Every line below that holds the string "IFCOPENINGELEMENT" should be copied.

Data extract =>
>>>>

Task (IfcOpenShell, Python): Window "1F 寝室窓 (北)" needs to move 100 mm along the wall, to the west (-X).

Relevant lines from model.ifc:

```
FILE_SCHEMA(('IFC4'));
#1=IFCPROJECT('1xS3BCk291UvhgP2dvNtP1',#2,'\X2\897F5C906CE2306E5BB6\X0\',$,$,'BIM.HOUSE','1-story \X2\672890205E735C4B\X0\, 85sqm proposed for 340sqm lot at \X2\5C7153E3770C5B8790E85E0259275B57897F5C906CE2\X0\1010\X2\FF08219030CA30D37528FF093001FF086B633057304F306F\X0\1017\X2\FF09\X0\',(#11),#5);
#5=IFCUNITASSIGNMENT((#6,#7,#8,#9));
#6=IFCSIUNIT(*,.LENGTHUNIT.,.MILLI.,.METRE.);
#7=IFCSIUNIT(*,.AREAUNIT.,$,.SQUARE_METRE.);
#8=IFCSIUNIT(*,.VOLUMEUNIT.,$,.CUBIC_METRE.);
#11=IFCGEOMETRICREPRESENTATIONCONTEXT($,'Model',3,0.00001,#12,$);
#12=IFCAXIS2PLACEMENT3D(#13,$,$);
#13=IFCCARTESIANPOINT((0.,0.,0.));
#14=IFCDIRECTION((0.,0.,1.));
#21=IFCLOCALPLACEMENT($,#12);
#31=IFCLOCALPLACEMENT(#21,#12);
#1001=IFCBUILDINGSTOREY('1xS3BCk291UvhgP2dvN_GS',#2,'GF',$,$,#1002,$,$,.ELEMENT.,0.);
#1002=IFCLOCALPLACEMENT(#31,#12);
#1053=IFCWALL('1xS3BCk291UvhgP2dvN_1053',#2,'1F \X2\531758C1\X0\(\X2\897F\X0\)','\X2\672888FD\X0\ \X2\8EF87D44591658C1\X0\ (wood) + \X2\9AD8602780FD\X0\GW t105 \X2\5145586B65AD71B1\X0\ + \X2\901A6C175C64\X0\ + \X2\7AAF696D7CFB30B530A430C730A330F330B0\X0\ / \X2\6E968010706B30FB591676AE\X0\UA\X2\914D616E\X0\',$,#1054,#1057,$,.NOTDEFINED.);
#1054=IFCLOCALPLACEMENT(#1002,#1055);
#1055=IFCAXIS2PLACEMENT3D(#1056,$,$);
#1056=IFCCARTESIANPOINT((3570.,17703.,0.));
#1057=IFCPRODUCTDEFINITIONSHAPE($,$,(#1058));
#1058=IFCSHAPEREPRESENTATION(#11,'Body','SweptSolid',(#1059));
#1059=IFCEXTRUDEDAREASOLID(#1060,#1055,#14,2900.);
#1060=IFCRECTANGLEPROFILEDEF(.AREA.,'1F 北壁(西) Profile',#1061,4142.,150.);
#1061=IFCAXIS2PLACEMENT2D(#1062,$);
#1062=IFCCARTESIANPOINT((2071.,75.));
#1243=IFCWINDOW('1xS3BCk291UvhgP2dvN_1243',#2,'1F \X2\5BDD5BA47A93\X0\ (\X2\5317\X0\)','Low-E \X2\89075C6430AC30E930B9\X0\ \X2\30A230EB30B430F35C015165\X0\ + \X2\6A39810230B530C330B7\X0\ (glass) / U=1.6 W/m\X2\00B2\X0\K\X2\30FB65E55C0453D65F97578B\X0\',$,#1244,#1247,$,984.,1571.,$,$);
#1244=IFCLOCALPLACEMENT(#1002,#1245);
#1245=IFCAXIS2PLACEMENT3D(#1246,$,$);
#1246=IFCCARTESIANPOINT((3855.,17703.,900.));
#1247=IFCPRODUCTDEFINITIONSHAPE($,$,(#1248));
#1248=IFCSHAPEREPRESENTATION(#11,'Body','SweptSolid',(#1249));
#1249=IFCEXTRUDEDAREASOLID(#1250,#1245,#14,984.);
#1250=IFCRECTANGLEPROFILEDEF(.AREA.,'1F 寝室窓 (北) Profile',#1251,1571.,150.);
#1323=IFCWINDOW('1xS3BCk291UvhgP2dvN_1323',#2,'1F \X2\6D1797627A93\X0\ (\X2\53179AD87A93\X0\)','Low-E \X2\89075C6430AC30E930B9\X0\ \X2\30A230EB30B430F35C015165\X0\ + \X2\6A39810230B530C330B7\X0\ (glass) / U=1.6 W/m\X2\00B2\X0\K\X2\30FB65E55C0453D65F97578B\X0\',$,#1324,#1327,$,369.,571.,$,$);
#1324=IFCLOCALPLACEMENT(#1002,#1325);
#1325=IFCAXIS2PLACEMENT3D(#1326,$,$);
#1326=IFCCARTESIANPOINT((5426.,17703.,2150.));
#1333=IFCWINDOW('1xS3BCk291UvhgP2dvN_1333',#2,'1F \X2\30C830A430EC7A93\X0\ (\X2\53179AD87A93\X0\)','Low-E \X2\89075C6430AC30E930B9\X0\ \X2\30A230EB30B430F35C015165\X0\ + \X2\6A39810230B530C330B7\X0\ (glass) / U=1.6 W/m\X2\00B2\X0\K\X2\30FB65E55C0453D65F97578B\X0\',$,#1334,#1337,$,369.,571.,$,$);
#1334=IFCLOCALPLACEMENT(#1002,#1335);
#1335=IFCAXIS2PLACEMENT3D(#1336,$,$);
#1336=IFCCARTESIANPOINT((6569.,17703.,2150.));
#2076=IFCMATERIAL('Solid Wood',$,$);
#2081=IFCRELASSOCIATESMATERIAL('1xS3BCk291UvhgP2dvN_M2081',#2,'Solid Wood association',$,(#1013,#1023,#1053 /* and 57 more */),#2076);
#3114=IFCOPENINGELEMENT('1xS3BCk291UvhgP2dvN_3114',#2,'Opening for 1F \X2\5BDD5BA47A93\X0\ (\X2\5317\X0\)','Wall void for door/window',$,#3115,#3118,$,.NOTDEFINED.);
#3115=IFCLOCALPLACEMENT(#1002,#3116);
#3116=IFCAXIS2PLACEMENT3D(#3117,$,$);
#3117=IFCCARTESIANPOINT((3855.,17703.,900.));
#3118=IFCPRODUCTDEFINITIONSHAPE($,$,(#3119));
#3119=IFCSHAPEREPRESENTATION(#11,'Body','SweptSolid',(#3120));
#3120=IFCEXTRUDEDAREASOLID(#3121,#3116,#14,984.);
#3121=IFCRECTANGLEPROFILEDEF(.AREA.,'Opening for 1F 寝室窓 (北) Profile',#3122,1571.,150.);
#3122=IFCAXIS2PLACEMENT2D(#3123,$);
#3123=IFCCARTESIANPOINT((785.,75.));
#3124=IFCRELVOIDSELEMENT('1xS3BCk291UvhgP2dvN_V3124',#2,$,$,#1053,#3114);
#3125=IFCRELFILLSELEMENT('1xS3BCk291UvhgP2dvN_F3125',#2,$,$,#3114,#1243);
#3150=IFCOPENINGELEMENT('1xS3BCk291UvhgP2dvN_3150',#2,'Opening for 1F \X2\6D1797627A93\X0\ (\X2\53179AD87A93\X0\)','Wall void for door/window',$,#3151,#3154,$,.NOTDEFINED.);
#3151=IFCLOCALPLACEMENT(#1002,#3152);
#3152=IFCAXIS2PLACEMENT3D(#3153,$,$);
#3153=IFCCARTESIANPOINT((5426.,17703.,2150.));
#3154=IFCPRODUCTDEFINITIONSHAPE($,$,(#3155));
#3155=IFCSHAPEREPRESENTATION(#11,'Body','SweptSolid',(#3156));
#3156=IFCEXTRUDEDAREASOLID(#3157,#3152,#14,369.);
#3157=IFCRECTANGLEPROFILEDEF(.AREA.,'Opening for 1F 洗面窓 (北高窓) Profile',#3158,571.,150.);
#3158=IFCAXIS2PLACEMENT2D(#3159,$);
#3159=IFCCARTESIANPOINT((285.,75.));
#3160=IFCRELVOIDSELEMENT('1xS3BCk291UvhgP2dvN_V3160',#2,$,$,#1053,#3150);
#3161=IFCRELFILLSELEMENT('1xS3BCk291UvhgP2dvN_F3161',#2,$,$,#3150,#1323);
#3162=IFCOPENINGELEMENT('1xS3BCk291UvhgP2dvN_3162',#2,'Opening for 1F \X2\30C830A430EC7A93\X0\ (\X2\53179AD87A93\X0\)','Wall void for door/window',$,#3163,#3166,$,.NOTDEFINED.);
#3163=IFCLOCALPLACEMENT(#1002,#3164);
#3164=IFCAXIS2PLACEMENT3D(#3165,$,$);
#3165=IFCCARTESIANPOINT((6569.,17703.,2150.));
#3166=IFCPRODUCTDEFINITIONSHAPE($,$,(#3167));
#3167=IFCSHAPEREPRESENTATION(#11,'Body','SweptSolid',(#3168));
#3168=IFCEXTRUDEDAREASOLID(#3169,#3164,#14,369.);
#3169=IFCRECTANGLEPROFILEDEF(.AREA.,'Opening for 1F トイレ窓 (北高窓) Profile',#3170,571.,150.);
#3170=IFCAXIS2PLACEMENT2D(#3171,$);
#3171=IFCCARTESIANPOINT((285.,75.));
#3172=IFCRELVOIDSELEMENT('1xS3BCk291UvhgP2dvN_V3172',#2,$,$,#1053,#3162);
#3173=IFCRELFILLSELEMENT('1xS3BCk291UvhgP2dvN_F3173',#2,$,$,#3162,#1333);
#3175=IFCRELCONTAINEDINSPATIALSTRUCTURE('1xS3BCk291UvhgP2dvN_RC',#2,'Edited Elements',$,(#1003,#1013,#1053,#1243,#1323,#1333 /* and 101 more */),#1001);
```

```python
import ifcopenshell
import ifcopenshell.api.geometry
import ifcopenshell.util.placement
import ifcopenshell.util.unit

model = ifcopenshell.open("model.ifc")
unit_scale = ifcopenshell.util.unit.calculate_unit_scale(model)

window = model.by_id(1243)
opening = window.FillsVoids[0].RelatingOpeningElement
wall = opening.VoidsElements[0].RelatingBuildingElement

wall_matrix = ifcopenshell.util.placement.get_local_placement(wall.ObjectPlacement)
shift = wall_matrix[:3, 0] * -0.1 / unit_scale
before = ifcopenshell.util.placement.get_local_placement(window.ObjectPlacement)[:3, 3].copy()

# The window is not placed relative to its opening, so move both.
for product in (opening, window):
    matrix = ifcopenshell.util.placement.get_local_placement(product.ObjectPlacement)
    matrix[:3, 3] += shift
    ifcopenshell.api.geometry.edit_object_placement(model, product=product, matrix=matrix, is_si=False)

after = ifcopenshell.util.placement.get_local_placement(window.ObjectPlacement)[:3, 3]
print("window moved by", (after - before).round(3) + 0.0)

model.write("model_v2.ifc")
```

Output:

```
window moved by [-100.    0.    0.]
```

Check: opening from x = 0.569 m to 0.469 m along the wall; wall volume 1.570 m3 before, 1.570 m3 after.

<<<<

Your response =>
#3114=IFCOPENINGELEMENT('1xS3BCk291UvhgP2dvN_3114',#2,'Opening for 1F \X2\5BDD5BA47A93\X0\ (\X2\5317\X0\)','Wall void for door/window',$,#3115,#3118,$,.NOTDEFINED.);
#3150=IFCOPENINGELEMENT('1xS3BCk291UvhgP2dvN_3150',#2,'Opening for 1F \X2\6D1797627A93\X0\ (\X2\53179AD87A93\X0\)','Wall void for door/window',$,#3151,#3154,$,.NOTDEFINED.);
#3162=IFCOPENINGELEMENT('1xS3BCk291UvhgP2dvN_3162',#2,'Opening for 1F \X2\30C830A430EC7A93\X0\ (\X2\53179AD87A93\X0\)','Wall void for door/window',$,#3163,#3166,$,.NOTDEFINED.);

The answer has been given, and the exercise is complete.